Perhaps it’s a good time to clear up a couple of facts about how Hong Kong’s wine trade actually works. For one thing, unlike wine businesses in more heavily regulated markets (nearly every other wine market in the world), Hong Kong importers, distributors and retailers are often one and the same company. This is a useful difference for consumers, who can go directly to the importer to purchase wine, occasionally at close to wholesale prices.

However, there is a flipside: along with zero-tax legislation implemented in February 2008, in June 2008 the Hong Kong Government completely de-regulated the wine import industry so that import businesses need no longer acquire a license, nor supply certificates of origin or even health certificates to bring in wine. With such low barriers to entry (the chief complaint of 63% of Hong Kong importers), the market has become crowded, fragmented and confusing.

For example, very few retailers exist that don’t bring in some wine of their own, and if an importer hasn’t invested in a traditional retail outlet, they will typically create a showroom in a high-rise building that doubles as their office. Most established importers also maintain active wine clubs or private client lists, ensuring they have all their bases covered.

Some are also branching into e-commerce, although not as many as one might imagine given the convenience of delivery within the city. Hong Kong is still not yet a very strong e-commerce retail environment generally (perhaps it’s the very convenience of the city that makes its citizens reluctant to wait for a delivery). Also, those that work extensively with the F&B sector tend to be averse to posting their prices on the internet for fear of angering their key clients. Importers can generally be contacted by phone or email for their list, but the payment process is fairly tedious (often cash on delivery or a telephone call to read out credit card information, as opposed to an online payment gateway).

So how many businesses have decided to enter the fray? Estimates as to the number of Hong Kong wine importers range wildly from 100 to 3,000; one of the main reasons we decided to compile a definitive list. Having completed our research, our estimate is now in the 300-350 range, but exporters should be warned that many of these are small operators or trading companies simply interested in quick buy/sell transactions, often stocking wine alongside dried cuttlefish, fermented bean curd or even quality Italian leather footwear (of 254 importers that answered an extensive business survey for our book, Guide to the Hong Kong Wine Trade, only 52 sell nothing but wine).

300 is still a remarkable number of wine importers for a city this size; as a point of comparison, New York City has around 110. As wine became increasingly trendy, we saw wine-loving parents encourage their adult kids to import one or two brands, usually wineries they visited on holiday, which may account for the relatively large number of portfolios with only 1-10 brands (21%), sales teams of only 1-2 people (25%) and businesses that one frustrated winemaker described as having “little concept of the fundamentals required to make the wine business prosperous for suppliers.” “It appears” the winemaker went on to say “their drive is all about building their own brand and status.”

While there are several relatively successful smaller importers, we noted it was normally established, larger firms that were the subject of winemaker “shout-outs.” The smaller businesses that were critiqued are generally not “boutique” firms, in the way many small US and UK firms are; the occasional winery reported that they appreciated working with smaller importers because they felt they received their full attention.
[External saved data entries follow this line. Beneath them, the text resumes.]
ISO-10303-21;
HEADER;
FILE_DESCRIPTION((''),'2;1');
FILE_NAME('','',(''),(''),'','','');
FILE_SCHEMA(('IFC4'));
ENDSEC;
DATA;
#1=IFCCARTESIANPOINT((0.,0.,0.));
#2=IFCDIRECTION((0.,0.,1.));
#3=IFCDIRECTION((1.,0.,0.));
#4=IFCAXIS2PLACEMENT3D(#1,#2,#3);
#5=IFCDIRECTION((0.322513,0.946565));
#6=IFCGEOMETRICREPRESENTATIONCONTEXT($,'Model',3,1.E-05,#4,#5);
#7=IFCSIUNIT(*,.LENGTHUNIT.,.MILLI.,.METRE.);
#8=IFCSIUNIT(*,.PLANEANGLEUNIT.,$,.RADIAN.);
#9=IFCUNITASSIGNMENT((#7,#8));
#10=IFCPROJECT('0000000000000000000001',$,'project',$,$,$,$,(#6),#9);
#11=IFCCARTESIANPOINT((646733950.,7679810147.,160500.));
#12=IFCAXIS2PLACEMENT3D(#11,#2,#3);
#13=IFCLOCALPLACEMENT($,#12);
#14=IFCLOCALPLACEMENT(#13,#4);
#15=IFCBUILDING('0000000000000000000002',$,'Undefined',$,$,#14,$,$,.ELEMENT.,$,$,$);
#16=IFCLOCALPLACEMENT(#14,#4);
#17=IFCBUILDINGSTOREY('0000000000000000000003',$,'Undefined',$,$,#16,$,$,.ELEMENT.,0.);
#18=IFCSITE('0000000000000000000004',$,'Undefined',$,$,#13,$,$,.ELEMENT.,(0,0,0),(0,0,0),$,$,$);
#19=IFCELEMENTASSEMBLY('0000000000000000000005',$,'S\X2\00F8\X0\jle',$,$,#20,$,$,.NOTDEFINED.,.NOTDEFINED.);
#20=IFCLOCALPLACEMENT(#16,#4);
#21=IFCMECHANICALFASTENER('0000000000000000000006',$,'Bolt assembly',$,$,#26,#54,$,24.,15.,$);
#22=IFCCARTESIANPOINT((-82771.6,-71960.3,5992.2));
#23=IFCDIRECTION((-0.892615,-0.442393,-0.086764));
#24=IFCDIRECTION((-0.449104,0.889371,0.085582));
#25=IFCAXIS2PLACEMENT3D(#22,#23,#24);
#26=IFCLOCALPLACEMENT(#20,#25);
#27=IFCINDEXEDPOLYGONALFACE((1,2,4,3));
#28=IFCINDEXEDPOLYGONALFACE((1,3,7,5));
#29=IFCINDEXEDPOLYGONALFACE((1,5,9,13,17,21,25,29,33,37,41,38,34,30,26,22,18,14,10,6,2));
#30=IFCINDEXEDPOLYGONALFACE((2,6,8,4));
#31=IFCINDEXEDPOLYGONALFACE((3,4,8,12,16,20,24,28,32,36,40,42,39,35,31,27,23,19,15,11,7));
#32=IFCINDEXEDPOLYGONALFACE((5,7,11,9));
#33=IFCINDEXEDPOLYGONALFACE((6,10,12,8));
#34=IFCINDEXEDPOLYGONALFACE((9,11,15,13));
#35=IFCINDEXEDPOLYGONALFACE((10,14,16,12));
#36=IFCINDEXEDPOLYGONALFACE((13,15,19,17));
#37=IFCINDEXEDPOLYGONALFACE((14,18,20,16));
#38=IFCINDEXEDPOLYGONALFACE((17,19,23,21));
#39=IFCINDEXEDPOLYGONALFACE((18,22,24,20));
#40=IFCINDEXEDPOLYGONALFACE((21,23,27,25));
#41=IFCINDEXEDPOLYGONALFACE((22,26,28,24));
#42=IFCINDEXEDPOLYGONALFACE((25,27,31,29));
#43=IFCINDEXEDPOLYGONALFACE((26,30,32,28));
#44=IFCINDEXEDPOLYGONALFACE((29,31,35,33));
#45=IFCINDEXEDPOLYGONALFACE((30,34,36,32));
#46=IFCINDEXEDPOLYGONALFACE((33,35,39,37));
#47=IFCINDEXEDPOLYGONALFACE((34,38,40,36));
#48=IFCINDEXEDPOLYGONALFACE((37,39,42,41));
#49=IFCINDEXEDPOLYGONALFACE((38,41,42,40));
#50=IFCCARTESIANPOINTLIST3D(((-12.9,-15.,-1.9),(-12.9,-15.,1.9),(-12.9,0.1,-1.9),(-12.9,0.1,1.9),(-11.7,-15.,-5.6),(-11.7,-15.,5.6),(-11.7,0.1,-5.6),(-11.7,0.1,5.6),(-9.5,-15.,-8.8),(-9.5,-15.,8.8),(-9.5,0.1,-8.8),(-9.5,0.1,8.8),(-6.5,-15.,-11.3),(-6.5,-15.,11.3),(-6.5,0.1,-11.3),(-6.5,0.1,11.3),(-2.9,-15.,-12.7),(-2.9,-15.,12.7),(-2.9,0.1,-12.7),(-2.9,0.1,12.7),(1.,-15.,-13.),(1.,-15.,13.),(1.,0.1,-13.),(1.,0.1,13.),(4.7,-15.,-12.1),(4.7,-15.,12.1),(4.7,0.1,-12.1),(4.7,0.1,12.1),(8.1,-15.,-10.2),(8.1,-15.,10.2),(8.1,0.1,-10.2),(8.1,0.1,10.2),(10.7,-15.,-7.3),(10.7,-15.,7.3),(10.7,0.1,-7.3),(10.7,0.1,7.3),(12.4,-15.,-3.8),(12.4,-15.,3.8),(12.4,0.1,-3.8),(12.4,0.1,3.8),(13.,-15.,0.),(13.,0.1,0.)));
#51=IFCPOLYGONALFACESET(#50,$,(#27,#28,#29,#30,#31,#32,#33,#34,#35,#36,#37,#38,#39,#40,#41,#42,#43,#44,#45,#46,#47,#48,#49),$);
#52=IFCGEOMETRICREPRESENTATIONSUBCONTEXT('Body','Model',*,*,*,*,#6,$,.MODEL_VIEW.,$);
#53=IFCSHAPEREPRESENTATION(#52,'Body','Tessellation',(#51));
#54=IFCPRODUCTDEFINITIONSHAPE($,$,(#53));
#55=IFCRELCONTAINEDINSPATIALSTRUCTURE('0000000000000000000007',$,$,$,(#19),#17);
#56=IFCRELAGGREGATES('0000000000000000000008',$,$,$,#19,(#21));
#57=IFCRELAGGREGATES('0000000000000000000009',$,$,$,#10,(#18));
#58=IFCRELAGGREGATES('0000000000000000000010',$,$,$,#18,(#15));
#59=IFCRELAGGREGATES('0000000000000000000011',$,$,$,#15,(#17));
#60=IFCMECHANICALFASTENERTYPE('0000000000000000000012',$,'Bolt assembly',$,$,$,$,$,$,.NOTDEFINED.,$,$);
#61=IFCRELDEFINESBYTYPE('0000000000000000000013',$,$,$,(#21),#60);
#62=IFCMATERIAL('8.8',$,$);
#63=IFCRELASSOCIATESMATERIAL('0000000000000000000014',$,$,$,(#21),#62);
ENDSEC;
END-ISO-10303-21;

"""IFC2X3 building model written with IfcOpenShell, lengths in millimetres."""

from ifc_helpers import new_model, si_unit, direction, frame, origin_with_axes, origin_2d_with_axis, place, context, subcontext, project, spatial, circle, extrude, source, transform, mapped, material, type_object, element, aggregate, save


model = new_model("IFC2X3")

# Units and contexts
model_context = context("Model", 3, precision=1e-05, world=origin_with_axes(), true_north=direction((0.322513, 0.946565)))
body_context = subcontext(model_context, "Body", "Model", "MODEL_VIEW")
ifc_project = project(units=[si_unit("LENGTHUNIT", "METRE", prefix="MILLI"), si_unit("PLANEANGLEUNIT", "RADIAN")], contexts=[model_context])

# Site, building, storey
site_placement = place(None, frame((646733950.0, 7679810147.0, 160500.0), z_axis=(0.0, 0.0, 1.0), x_axis=(1.0, 0.0, 0.0)))
site = spatial("IfcSite", under=ifc_project, at=site_placement, Name="Undefined", CompositionType="ELEMENT", RefLatitude=(0, 0, 0), RefLongitude=(0, 0, 0))
building_placement = place(site_placement, origin_with_axes())
building = spatial("IfcBuilding", under=site, at=building_placement, Name="Undefined", CompositionType="ELEMENT")
storey_placement = place(building_placement, origin_with_axes())
storey = spatial("IfcBuildingStorey", under=building, at=storey_placement, Name="Undefined", CompositionType="ELEMENT", Elevation=0.0)

# Element assembly
assembly_1_placement = place(storey_placement, origin_with_axes())
assembly_1 = element("IfcElementAssembly", 1, at=assembly_1_placement, inside=storey, Name="Søjle", AssemblyPlace="NOTDEFINED", PredefinedType="NOTDEFINED")
ifc_material_1 = material(Name="8.8")
mechanical_fastener_type = type_object("IfcMechanicalFastenerType", Name="Bolt assembly")

# Mechanical fastener
shared_shape_1 = source(origin_with_axes(), body_context, "Body", "SweptSolid", [
    extrude(circle(Radius=13.0, at=origin_2d_with_axis()), frame((0.0, -15.0, 0.0), z_axis=(0.0, 1.0, 0.0), x_axis=(1.0, 0.0, 0.0)), (0.0, 0.0, 1.0), 15.1),
])
mechanical_fastener_1_placement = place(assembly_1_placement, frame((-82771.6, -71960.3, 5992.2), z_axis=(-0.892615, -0.442393, -0.086764), x_axis=(-0.449104, 0.889371, 0.085582)))
mechanical_fastener_1 = element("IfcMechanicalFastener", 2, at=mechanical_fastener_1_placement, type_object=mechanical_fastener_type, material=ifc_material_1, Name="Bolt assembly", NominalDiameter=24.0, NominalLength=15.0, context=body_context, shape_type="MappedRepresentation", body=[
    mapped(shared_shape_1, transform((0.0, 0.0, 0.0))),
])
aggregate(assembly_1, [mechanical_fastener_1])

save(model, "model.ifc")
Generally, non wine-related products (including foods) in the portfolio are a sign to steer clear or else risk ending up like another winemaker who responded to our question about the order size and frequency of their Hong Kong importer: “HK only 1 so far.”

(As published in South China Morning Post)

Comments 15 Comments for “What is a Hong Kong Wine Importer?”
  1. Alan Crowley MW on 08.29.12 at 22:04

    Good to get such a useful summary of the Hong Kong wine importers scene.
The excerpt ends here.